After the district court dismissed Brown’s second habeas petition, the California legislature amended the law relating to accomplice liability for murder, and added section 1170.95 to the California Penal Code, which provides a procedure for a defendant convicted of felony murder or murder under a “natural and probable consequences” theory to obtain retroactive relief. Shortly thereafter, Brown filed an application for resentencing in state court pursuant to section 1170.95, which the state denied. Brown’s third federal habeas petition argued that he was entitled to resentencing under section 1170.95, and that his continued incarceration under the original sentence violated his due process rights. His fourth federal habeas petition alleged, among other things, that he was denied effective assistance of counsel in applying to the state court for resentencing pursuant to section 1170.95 and that the state court’s denial of his application violated his equal protection rights.
The panel held that Brown’s due process, ineffective assistance of counsel, and equal protection claims did not become ripe until his application for resentencing was denied, which occurred well after the district court denied his first and dismissed his second habeas petitions. Because Brown could not have raised these claims in his first or second petition, his failure to do so is not an abuse of the writ. Applying Panetti v. Quarterman, 551 U.S. 930 (2007), the panel concluded that the third and fourth habeas petitions were, accordingly, not second or successive under § 2244(b).
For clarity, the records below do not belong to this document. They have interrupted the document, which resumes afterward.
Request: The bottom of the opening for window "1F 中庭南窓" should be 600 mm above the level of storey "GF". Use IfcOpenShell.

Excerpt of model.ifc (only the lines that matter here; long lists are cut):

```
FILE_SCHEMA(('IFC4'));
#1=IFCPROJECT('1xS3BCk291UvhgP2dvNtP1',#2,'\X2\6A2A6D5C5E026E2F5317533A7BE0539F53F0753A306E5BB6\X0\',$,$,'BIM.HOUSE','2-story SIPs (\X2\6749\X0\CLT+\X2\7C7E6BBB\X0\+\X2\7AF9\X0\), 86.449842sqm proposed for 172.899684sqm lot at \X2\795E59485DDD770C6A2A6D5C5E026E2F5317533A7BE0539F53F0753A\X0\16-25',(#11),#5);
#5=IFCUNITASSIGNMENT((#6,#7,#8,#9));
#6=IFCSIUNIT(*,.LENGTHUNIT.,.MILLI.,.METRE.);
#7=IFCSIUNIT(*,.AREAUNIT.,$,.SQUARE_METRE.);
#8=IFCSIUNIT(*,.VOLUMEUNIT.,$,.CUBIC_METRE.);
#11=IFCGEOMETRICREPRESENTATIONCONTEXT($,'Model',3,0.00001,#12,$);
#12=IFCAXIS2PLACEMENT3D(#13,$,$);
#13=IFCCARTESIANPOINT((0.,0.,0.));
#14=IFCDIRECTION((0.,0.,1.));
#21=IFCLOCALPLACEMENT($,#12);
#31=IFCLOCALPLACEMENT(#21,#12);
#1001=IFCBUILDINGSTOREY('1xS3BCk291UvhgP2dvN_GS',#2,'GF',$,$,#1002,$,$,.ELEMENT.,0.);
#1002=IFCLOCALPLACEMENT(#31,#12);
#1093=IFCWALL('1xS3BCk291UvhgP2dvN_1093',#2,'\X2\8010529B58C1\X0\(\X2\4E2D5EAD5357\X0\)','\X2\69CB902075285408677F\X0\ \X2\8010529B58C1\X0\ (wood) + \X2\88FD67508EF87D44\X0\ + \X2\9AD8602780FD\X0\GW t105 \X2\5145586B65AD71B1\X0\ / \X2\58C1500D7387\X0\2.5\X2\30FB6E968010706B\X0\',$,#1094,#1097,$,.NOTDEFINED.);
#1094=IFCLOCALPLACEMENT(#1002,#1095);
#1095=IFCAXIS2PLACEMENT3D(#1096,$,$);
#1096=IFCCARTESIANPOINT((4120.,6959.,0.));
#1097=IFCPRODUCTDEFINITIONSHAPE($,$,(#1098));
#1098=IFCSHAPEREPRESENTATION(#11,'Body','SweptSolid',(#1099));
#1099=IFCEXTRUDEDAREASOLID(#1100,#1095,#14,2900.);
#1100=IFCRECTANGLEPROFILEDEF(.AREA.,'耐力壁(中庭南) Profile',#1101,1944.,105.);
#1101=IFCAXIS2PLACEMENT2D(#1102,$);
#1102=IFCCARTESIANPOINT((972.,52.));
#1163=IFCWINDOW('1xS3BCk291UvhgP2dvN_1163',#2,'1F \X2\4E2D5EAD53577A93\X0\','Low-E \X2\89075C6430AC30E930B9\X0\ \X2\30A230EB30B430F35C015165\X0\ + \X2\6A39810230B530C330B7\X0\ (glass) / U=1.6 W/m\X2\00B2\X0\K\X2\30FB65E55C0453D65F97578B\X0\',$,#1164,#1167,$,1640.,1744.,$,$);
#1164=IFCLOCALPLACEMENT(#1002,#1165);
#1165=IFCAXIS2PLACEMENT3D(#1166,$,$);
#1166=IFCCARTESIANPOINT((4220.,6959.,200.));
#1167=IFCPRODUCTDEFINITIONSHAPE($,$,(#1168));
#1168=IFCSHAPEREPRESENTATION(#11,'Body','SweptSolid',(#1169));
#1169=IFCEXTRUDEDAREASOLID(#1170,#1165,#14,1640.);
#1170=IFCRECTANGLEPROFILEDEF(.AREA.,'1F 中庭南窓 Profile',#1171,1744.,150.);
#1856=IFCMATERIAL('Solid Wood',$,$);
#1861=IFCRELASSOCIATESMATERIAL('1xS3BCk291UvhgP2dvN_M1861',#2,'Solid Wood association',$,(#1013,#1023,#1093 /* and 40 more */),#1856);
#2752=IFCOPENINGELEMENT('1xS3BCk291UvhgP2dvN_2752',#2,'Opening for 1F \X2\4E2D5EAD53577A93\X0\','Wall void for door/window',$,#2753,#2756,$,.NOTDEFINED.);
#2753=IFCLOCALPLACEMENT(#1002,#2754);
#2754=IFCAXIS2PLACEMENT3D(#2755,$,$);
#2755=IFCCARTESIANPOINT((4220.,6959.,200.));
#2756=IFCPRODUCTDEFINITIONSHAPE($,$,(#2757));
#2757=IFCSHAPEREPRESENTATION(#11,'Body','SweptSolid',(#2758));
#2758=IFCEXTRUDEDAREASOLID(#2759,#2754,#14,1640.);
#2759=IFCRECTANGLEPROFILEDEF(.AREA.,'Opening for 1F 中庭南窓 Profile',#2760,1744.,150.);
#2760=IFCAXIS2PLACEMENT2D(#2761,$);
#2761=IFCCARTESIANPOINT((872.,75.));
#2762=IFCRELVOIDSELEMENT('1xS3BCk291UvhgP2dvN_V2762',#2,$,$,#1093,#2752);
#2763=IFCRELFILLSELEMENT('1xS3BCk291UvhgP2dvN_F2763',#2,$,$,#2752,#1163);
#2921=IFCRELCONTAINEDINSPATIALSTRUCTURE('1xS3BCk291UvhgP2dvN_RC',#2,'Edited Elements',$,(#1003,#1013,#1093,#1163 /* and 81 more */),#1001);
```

```python
import numpy as np
import ifcopenshell
import ifcopenshell.api.geometry
import ifcopenshell.geom
import ifcopenshell.util.element
import ifcopenshell.util.placement
import ifcopenshell.util.shape
import ifcopenshell.util.unit

model = ifcopenshell.open("model.ifc")
unit_scale = ifcopenshell.util.unit.calculate_unit_scale(model)

window = model.by_guid("1xS3BCk291UvhgP2dvN_1163")
opening = window.FillsVoids[0].RelatingOpeningElement
storey = ifcopenshell.util.element.get_container(window, ifc_class="IfcBuildingStorey")
level = ifcopenshell.util.placement.get_local_placement(storey.ObjectPlacement)[2, 3]

# The opening's origin need not be at the sill, so measure its lowest point.
shape = ifcopenshell.geom.create_shape(ifcopenshell.geom.settings(), opening)
bottom = ifcopenshell.util.shape.get_shape_bottom_elevation(shape, shape.geometry) / unit_scale
dz = level + 0.6 / unit_scale - bottom

shift = np.array([0.0, 0.0, dz])
# The window is not placed relative to its opening, so move both.
for product in (opening, window):
    matrix = ifcopenshell.util.placement.get_local_placement(product.ObjectPlacement)
    matrix[:3, 3] += shift
    ifcopenshell.api.geometry.edit_object_placement(model, product=product, matrix=matrix, is_si=False)

print(f"moved by {dz * unit_scale:+.3f} m")

model.write("model_rev.ifc")
```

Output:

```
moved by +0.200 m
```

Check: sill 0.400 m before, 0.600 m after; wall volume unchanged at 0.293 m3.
The panel did not reach the parties’ argument that, under Magwood v. Patterson, 561 U.S. 320 (2010), the state court’s denial of Brown’s application for resentencing under section 1170.95 constituted a new judgment for purposes of § 2254.
Concurring, Judge Ikuta wrote that the panel does the parties a disservice by declining to address their primary argument in this case. She would hold that the state court’s denial of Brown’s application for resentencing under section 1170.95 did not constitute a new judgment for purposes of § 2254.